- Opening Delimiter -

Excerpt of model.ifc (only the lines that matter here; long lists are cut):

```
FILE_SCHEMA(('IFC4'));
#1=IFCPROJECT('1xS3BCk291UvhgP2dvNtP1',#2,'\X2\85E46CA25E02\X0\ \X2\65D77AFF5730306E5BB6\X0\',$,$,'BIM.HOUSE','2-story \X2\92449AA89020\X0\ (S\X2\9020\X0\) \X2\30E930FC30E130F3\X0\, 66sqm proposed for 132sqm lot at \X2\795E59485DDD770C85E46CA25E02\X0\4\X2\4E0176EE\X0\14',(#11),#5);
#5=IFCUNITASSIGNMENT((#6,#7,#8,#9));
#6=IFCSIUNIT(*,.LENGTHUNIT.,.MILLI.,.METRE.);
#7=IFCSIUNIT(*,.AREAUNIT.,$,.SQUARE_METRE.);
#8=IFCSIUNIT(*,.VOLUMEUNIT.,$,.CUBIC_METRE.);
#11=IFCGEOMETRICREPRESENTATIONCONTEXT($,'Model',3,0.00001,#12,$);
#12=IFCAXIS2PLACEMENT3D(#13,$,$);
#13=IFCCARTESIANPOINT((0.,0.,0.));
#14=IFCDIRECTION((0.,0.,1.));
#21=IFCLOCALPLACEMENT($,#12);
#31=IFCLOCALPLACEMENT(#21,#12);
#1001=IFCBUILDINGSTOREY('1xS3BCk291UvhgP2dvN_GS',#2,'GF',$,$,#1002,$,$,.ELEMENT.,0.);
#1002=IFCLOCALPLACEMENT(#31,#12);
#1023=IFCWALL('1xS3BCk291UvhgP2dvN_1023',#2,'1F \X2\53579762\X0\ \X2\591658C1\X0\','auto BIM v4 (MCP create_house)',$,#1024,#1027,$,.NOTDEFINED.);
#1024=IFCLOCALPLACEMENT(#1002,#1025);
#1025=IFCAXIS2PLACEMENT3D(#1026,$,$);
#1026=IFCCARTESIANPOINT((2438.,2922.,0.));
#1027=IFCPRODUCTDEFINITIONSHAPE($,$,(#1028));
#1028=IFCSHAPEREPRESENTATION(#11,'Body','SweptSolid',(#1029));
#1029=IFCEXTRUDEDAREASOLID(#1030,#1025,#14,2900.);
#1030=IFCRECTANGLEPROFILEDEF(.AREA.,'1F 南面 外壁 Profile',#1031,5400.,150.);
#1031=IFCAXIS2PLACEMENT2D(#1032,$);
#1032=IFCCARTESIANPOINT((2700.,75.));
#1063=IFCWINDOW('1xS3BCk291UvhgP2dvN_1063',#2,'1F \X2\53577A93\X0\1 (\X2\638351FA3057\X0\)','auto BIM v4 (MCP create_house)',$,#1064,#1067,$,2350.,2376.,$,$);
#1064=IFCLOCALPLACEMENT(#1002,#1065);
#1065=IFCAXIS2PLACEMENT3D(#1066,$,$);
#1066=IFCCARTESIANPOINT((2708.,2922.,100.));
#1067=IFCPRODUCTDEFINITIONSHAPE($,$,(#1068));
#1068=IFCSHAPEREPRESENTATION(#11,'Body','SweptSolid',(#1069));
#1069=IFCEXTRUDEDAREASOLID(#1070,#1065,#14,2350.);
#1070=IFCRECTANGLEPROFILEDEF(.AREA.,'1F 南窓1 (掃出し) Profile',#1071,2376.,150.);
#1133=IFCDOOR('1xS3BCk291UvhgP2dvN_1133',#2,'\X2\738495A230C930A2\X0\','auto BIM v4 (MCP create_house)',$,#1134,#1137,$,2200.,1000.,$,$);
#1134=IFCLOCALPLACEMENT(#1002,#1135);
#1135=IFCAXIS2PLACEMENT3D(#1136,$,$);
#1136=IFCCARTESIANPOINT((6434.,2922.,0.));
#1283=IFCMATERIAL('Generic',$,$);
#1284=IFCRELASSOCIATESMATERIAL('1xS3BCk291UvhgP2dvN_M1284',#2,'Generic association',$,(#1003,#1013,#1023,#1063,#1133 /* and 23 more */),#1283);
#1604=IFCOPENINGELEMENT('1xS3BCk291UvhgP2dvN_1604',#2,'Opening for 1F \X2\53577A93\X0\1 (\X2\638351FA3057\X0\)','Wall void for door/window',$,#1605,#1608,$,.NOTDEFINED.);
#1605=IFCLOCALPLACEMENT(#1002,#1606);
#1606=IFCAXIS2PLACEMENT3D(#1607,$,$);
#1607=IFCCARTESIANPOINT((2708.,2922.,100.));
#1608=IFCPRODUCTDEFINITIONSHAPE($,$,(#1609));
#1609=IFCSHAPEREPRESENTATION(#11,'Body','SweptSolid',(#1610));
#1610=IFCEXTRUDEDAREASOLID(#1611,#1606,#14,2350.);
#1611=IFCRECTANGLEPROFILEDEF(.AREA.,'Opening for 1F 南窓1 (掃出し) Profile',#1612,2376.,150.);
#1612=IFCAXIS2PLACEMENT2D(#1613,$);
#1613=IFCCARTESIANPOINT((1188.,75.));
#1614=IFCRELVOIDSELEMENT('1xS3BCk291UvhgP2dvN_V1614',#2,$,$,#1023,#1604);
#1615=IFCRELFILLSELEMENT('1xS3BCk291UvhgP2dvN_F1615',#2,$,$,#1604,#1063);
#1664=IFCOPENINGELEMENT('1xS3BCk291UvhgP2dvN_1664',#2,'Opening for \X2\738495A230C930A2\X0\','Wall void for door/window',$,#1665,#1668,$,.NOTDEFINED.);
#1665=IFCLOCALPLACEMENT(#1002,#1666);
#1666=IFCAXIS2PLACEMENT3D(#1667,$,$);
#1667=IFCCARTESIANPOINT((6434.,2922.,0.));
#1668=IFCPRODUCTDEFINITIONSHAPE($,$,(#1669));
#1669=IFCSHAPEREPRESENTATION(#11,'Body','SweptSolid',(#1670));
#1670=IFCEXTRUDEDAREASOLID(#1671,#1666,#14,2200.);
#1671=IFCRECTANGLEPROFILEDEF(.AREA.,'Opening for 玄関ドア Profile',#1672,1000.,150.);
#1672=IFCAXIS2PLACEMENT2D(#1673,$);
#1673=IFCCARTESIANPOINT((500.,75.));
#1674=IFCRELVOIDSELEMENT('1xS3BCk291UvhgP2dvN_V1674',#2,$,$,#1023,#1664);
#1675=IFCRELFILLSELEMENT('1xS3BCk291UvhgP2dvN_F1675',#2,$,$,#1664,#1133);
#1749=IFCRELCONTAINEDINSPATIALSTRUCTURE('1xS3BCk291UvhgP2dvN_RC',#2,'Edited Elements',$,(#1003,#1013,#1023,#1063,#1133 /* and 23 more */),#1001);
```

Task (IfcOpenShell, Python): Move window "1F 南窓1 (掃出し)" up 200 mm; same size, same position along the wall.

```python
import numpy as np
import ifcopenshell
import ifcopenshell.api.geometry
import ifcopenshell.util.placement
import ifcopenshell.util.unit

model = ifcopenshell.open("model.ifc")
unit_scale = ifcopenshell.util.unit.calculate_unit_scale(model)

window = model.by_guid("1xS3BCk291UvhgP2dvN_1063")
opening = window.FillsVoids[0].RelatingOpeningElement
dz = 0.2 / unit_scale

shift = np.array([0.0, 0.0, dz])
# The window is not placed relative to its opening, so move both.
for product in (opening, window):
    matrix = ifcopenshell.util.placement.get_local_placement(product.ObjectPlacement)
    matrix[:3, 3] += shift
    ifcopenshell.api.geometry.edit_object_placement(model, product=product, matrix=matrix, is_si=False)

print(f"moved by {dz * unit_scale:+.3f} m")

model.write("model_v2.ifc")
```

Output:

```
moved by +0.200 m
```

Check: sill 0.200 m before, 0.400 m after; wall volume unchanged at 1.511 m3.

- Closing Delimiter -

▸ WHAT THE TASK REQUIRES:
Return the listing above exactly, line for line.

▸ TASK RESULT:
Excerpt of model.ifc (only the lines that matter here; long lists are cut):

```
FILE_SCHEMA(('IFC4'));
#1=IFCPROJECT('1xS3BCk291UvhgP2dvNtP1',#2,'\X2\85E46CA25E02\X0\ \X2\65D77AFF5730306E5BB6\X0\',$,$,'BIM.HOUSE','2-story \X2\92449AA89020\X0\ (S\X2\9020\X0\) \X2\30E930FC30E130F3\X0\, 66sqm proposed for 132sqm lot at \X2\795E59485DDD770C85E46CA25E02\X0\4\X2\4E0176EE\X0\14',(#11),#5);
#5=IFCUNITASSIGNMENT((#6,#7,#8,#9));
#6=IFCSIUNIT(*,.LENGTHUNIT.,.MILLI.,.METRE.);
#7=IFCSIUNIT(*,.AREAUNIT.,$,.SQUARE_METRE.);
#8=IFCSIUNIT(*,.VOLUMEUNIT.,$,.CUBIC_METRE.);
#11=IFCGEOMETRICREPRESENTATIONCONTEXT($,'Model',3,0.00001,#12,$);
#12=IFCAXIS2PLACEMENT3D(#13,$,$);
#13=IFCCARTESIANPOINT((0.,0.,0.));
#14=IFCDIRECTION((0.,0.,1.));
#21=IFCLOCALPLACEMENT($,#12);
#31=IFCLOCALPLACEMENT(#21,#12);
#1001=IFCBUILDINGSTOREY('1xS3BCk291UvhgP2dvN_GS',#2,'GF',$,$,#1002,$,$,.ELEMENT.,0.);
#1002=IFCLOCALPLACEMENT(#31,#12);
#1023=IFCWALL('1xS3BCk291UvhgP2dvN_1023',#2,'1F \X2\53579762\X0\ \X2\591658C1\X0\','auto BIM v4 (MCP create_house)',$,#1024,#1027,$,.NOTDEFINED.);
#1024=IFCLOCALPLACEMENT(#1002,#1025);
#1025=IFCAXIS2PLACEMENT3D(#1026,$,$);
#1026=IFCCARTESIANPOINT((2438.,2922.,0.));
#1027=IFCPRODUCTDEFINITIONSHAPE($,$,(#1028));
#1028=IFCSHAPEREPRESENTATION(#11,'Body','SweptSolid',(#1029));
#1029=IFCEXTRUDEDAREASOLID(#1030,#1025,#14,2900.);
#1030=IFCRECTANGLEPROFILEDEF(.AREA.,'1F 南面 外壁 Profile',#1031,5400.,150.);
#1031=IFCAXIS2PLACEMENT2D(#1032,$);
#1032=IFCCARTESIANPOINT((2700.,75.));
#1063=IFCWINDOW('1xS3BCk291UvhgP2dvN_1063',#2,'1F \X2\53577A93\X0\1 (\X2\638351FA3057\X0\)','auto BIM v4 (MCP create_house)',$,#1064,#1067,$,2350.,2376.,$,$);
#1064=IFCLOCALPLACEMENT(#1002,#1065);
#1065=IFCAXIS2PLACEMENT3D(#1066,$,$);
#1066=IFCCARTESIANPOINT((2708.,2922.,100.));
#1067=IFCPRODUCTDEFINITIONSHAPE($,$,(#1068));
#1068=IFCSHAPEREPRESENTATION(#11,'Body','SweptSolid',(#1069));
#1069=IFCEXTRUDEDAREASOLID(#1070,#1065,#14,2350.);
#1070=IFCRECTANGLEPROFILEDEF(.AREA.,'1F 南窓1 (掃出し) Profile',#1071,2376.,150.);
#1133=IFCDOOR('1xS3BCk291UvhgP2dvN_1133',#2,'\X2\738495A230C930A2\X0\','auto BIM v4 (MCP create_house)',$,#1134,#1137,$,2200.,1000.,$,$);
#1134=IFCLOCALPLACEMENT(#1002,#1135);
#1135=IFCAXIS2PLACEMENT3D(#1136,$,$);
#1136=IFCCARTESIANPOINT((6434.,2922.,0.));
#1283=IFCMATERIAL('Generic',$,$);
#1284=IFCRELASSOCIATESMATERIAL('1xS3BCk291UvhgP2dvN_M1284',#2,'Generic association',$,(#1003,#1013,#1023,#1063,#1133 /* and 23 more */),#1283);
#1604=IFCOPENINGELEMENT('1xS3BCk291UvhgP2dvN_1604',#2,'Opening for 1F \X2\53577A93\X0\1 (\X2\638351FA3057\X0\)','Wall void for door/window',$,#1605,#1608,$,.NOTDEFINED.);
#1605=IFCLOCALPLACEMENT(#1002,#1606);
#1606=IFCAXIS2PLACEMENT3D(#1607,$,$);
#1607=IFCCARTESIANPOINT((2708.,2922.,100.));
#1608=IFCPRODUCTDEFINITIONSHAPE($,$,(#1609));
#1609=IFCSHAPEREPRESENTATION(#11,'Body','SweptSolid',(#1610));
#1610=IFCEXTRUDEDAREASOLID(#1611,#1606,#14,2350.);
#1611=IFCRECTANGLEPROFILEDEF(.AREA.,'Opening for 1F 南窓1 (掃出し) Profile',#1612,2376.,150.);
#1612=IFCAXIS2PLACEMENT2D(#1613,$);
#1613=IFCCARTESIANPOINT((1188.,75.));
#1614=IFCRELVOIDSELEMENT('1xS3BCk291UvhgP2dvN_V1614',#2,$,$,#1023,#1604);
#1615=IFCRELFILLSELEMENT('1xS3BCk291UvhgP2dvN_F1615',#2,$,$,#1604,#1063);
#1664=IFCOPENINGELEMENT('1xS3BCk291UvhgP2dvN_1664',#2,'Opening for \X2\738495A230C930A2\X0\','Wall void for door/window',$,#1665,#1668,$,.NOTDEFINED.);
#1665=IFCLOCALPLACEMENT(#1002,#1666);
#1666=IFCAXIS2PLACEMENT3D(#1667,$,$);
#1667=IFCCARTESIANPOINT((6434.,2922.,0.));
#1668=IFCPRODUCTDEFINITIONSHAPE($,$,(#1669));
#1669=IFCSHAPEREPRESENTATION(#11,'Body','SweptSolid',(#1670));
#1670=IFCEXTRUDEDAREASOLID(#1671,#1666,#14,2200.);
#1671=IFCRECTANGLEPROFILEDEF(.AREA.,'Opening for 玄関ドア Profile',#1672,1000.,150.);
#1672=IFCAXIS2PLACEMENT2D(#1673,$);
#1673=IFCCARTESIANPOINT((500.,75.));
#1674=IFCRELVOIDSELEMENT('1xS3BCk291UvhgP2dvN_V1674',#2,$,$,#1023,#1664);
#1675=IFCRELFILLSELEMENT('1xS3BCk291UvhgP2dvN_F1675',#2,$,$,#1664,#1133);
#1749=IFCRELCONTAINEDINSPATIALSTRUCTURE('1xS3BCk291UvhgP2dvN_RC',#2,'Edited Elements',$,(#1003,#1013,#1023,#1063,#1133 /* and 23 more */),#1001);
```

Task (IfcOpenShell, Python): Move window "1F 南窓1 (掃出し)" up 200 mm; same size, same position along the wall.

```python
import numpy as np
import ifcopenshell
import ifcopenshell.api.geometry
import ifcopenshell.util.placement
import ifcopenshell.util.unit

model = ifcopenshell.open("model.ifc")
unit_scale = ifcopenshell.util.unit.calculate_unit_scale(model)

window = model.by_guid("1xS3BCk291UvhgP2dvN_1063")
opening = window.FillsVoids[0].RelatingOpeningElement
dz = 0.2 / unit_scale

shift = np.array([0.0, 0.0, dz])
# The window is not placed relative to its opening, so move both.
for product in (opening, window):
    matrix = ifcopenshell.util.placement.get_local_placement(product.ObjectPlacement)
    matrix[:3, 3] += shift
    ifcopenshell.api.geometry.edit_object_placement(model, product=product, matrix=matrix, is_si=False)

print(f"moved by {dz * unit_scale:+.3f} m")

model.write("model_v2.ifc")
```

Output:

```
moved by +0.200 m
```

Check: sill 0.200 m before, 0.400 m after; wall volume unchanged at 1.511 m3.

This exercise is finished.